Un tribunal d'Istanbul a ordonné vendredi la libération conditionnelle du rédacteur en chef et d'un journaliste du quotidien d'opposition Cumhuriyet, jugés pour des accusations d'aide à des groupes "terroristes".
Le patron du journal maintenu en détention. La libération du rédacteur en chef Murat Sabuncu et du journaliste d'investigation Ahmet Sik a été prononcée par le tribunal de Silivri, près d'Istanbul, au terme de la sixième audience du procès de 17 collaborateurs de Cumhuriyet. Les deux journalistes restent poursuivis dans cette affaire, a précisé le tribunal, qui a par ailleurs maintenu en détention le patron du quotidien, Akin Atalay.
Il est le dernier des 17 accusés à être encore incarcéré, tous les autres ayant été remis en liberté conditionnelle petit à petit depuis un an. Le patron de Cumhuriyet est incarcéré depuis 495 jours, la même durée que Murat Sabuncu. Ahmet Sik, pour sa part, est en prison depuis 434 jours. La sortie effective de prison des deux journalistes était prévue vendredi soir.
La sixième journée de ce procès, qui s'est ouvert le 24 juillet 2017, a démarré dans la tension.
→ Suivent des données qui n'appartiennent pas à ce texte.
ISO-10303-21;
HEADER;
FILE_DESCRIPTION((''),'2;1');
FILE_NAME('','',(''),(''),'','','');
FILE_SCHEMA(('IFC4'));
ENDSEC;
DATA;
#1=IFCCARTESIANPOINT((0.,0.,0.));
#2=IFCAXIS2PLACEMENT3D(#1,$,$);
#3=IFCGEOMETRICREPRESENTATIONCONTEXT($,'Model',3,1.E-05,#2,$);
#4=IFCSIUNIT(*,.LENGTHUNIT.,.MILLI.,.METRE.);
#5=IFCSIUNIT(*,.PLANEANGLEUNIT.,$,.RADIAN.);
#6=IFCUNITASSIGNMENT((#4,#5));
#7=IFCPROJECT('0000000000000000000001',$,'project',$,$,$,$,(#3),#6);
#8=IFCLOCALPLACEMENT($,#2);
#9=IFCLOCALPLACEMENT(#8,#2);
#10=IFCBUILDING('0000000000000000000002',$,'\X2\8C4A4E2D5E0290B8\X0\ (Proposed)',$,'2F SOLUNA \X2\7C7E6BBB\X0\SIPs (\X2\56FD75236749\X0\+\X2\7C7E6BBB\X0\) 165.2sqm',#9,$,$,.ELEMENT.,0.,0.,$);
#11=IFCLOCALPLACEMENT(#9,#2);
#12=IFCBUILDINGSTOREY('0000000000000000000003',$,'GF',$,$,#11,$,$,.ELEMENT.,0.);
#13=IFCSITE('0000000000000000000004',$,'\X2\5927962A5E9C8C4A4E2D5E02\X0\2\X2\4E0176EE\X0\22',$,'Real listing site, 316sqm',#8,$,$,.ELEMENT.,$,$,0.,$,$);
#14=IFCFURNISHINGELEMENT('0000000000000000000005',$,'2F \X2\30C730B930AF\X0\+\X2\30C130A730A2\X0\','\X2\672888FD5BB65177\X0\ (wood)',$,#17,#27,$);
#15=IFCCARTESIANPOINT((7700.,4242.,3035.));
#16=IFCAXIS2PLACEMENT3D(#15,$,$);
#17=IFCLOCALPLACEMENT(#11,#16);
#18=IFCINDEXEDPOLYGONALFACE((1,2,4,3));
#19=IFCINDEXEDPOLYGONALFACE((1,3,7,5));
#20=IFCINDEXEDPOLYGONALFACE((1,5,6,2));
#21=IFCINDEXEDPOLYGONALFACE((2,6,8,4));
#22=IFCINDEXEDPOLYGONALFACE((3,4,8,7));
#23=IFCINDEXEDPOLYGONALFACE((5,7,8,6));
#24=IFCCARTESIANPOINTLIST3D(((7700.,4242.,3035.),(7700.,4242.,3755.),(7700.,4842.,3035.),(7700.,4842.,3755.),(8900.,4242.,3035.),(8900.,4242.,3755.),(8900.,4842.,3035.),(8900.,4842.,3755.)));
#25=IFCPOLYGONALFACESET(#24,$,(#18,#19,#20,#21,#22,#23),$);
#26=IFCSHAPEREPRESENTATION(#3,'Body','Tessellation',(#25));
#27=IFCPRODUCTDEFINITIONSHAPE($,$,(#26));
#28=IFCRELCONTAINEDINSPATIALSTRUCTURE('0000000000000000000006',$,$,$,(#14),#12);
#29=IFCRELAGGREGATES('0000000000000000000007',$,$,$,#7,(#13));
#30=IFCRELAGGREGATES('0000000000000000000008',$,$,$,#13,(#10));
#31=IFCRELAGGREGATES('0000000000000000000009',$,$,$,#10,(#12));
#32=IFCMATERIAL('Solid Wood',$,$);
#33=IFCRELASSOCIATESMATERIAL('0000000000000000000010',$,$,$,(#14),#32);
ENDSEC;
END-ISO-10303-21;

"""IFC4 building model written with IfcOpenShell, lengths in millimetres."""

from ifc_helpers import new_model, si_unit, frame, frame_2d, origin, place, context, project, spatial, rectangle, extrude, material, element, save


model = new_model("IFC4")

# Units and contexts
model_context = context("Model", 3, precision=1e-05, world=origin())
ifc_project = project(units=[si_unit("LENGTHUNIT", "METRE", prefix="MILLI"), si_unit("PLANEANGLEUNIT", "RADIAN")], contexts=[model_context])

# Site, building, storey
site_placement = place(None, origin())
site = spatial("IfcSite", under=ifc_project, at=site_placement, Name="大阪府豊中市2丁目22", ObjectType="Real listing site, 316sqm", CompositionType="ELEMENT", RefElevation=0.0)
building_placement = place(site_placement, origin())
building = spatial("IfcBuilding", under=site, at=building_placement, Name="豊中市邸 (Proposed)", ObjectType="2F SOLUNA 籾殻SIPs (国産杉+籾殻) 165.2sqm", CompositionType="ELEMENT", ElevationOfRefHeight=0.0, ElevationOfTerrain=0.0)
storey_placement = place(building_placement, origin())
storey = spatial("IfcBuildingStorey", under=building, at=storey_placement, Name="GF", CompositionType="ELEMENT", Elevation=0.0)

# Shared definitions
ifc_material_1 = material(Name="Solid Wood")

# Furnishing element
furnishing_1_placement = place(storey_placement, frame((7700.0, 4242.0, 3035.0)))
element("IfcFurnishingElement", 1, at=furnishing_1_placement, inside=storey, material=ifc_material_1, Name="2F デスク+チェア", Description="木製家具 (wood)", context=model_context, shape_type="SweptSolid", body=[
    extrude(rectangle(XDim=1200.0, YDim=600.0, at=frame_2d((600.0, 300.0))), frame((7700.0, 4242.0, 3035.0)), (0.0, 0.0, 1.0), 720.0),
])

save(model, "model.ifc")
La police antiémeutes, positionnée devant le palais de justice, a essayé d'empêcher les partisans des accusés de parler aux médias. Certains y sont tout de même parvenus, comme le député d'opposition Utku Cakirozer.
Adalet yine 'bir' eksik... Murat Sabuncu ve Ahmet Şık'a tahliye; Akın Atalay'ın tutukluluğuna devamhttps://t.co/HF9uAon7Uspic.twitter.com/DKoevibUiC
— Cumhuriyet (@cumhuriyetgzt) 9 mars 2018
"Oppression". "Il est inacceptable que des journalistes restent si longtemps en prison simplement pour avoir exprimé leur opinion ou avoir publié des articles", a-t-il dit. Qu'on mette fin à cette oppression, titrait vendredi Cumhuriyet. Parmi les 17 accusés figurent d'autres grands noms des médias en Turquie, comme le chroniqueur francophone Kadri Gürsel et le caricaturiste Musa Kart. Tous risquent jusqu'à 43 ans de prison pour des accusations d'aide à trois groupes classés "terroristes" par Ankara: le Parti des Travailleurs du Kurdistan (PKK), une organisation d'extrême gauche appelée DHKP-C, et le mouvement du prédicateur Fethullah Gülen. Ce dernier, qui s'est exilé aux Etats-Unis, est désigné par Ankara comme l'instigateur de la tentative de putsch du 15 juillet 2016, mais nie toute implication.
Cumhuriyet rejette ces accusations et soutient que ce procès vise à réduire au silence l'un des derniers journaux indépendants du pays. Lors de l'audience de vendredi, le tribunal a entendu plusieurs témoins dont un ancien journaliste de Cumhuriyet, Altan Oymen. "Ces accusations sont inimaginables", a-t-il affirmé, rappelant que Cumhuriyet avait été un des premiers à rendre compte des activités de Fethullah Gülen.
L'emprise de Gülen déjà dénoncée par un des journalistes. Le journaliste Ahmet Sik, libéré vendredi, est d'ailleurs un des plus virulents critiques du prédicateur. Dans un livre publié en 2011 et initialement interdit, L'Armée de l'imam, il avait dénoncé l'emprise de Gülen sur les institutions turques, ce qui lui avait même valu un bref séjour en prison. Ce procès suscite l'inquiétude des partenaires occidentaux de la Turquie, où les autorités ont multiplié les arrestations de journalistes après le putsch manqué.
Vingt-cinq journalistes condamnés jeudi. Jeudi, 25 journalistes accusés d'être liés à la tentative de putsch ont ainsi été condamnés à des peines allant jusqu'à sept ans et demi de prison. Dans une autre affaire, la Cour de cassation de Turquie a annulé vendredi une condamnation à cinq ans de prison du journaliste d'opposition Can Dündar en 2016, estimant que celui-ci devrait recevoir une peine bien plus lourde pour "espionnage", selon l'agence de presse étatique Anadolu. Can Dündar, un journaliste turc d'opposition devenu l'un des symboles des atteintes à la liberté de la presse en Turquie et exilé Allemagne, avait été condamné en mai 2016 à cinq ans et dix mois d'emprisonnement pour révélation de documents secrets.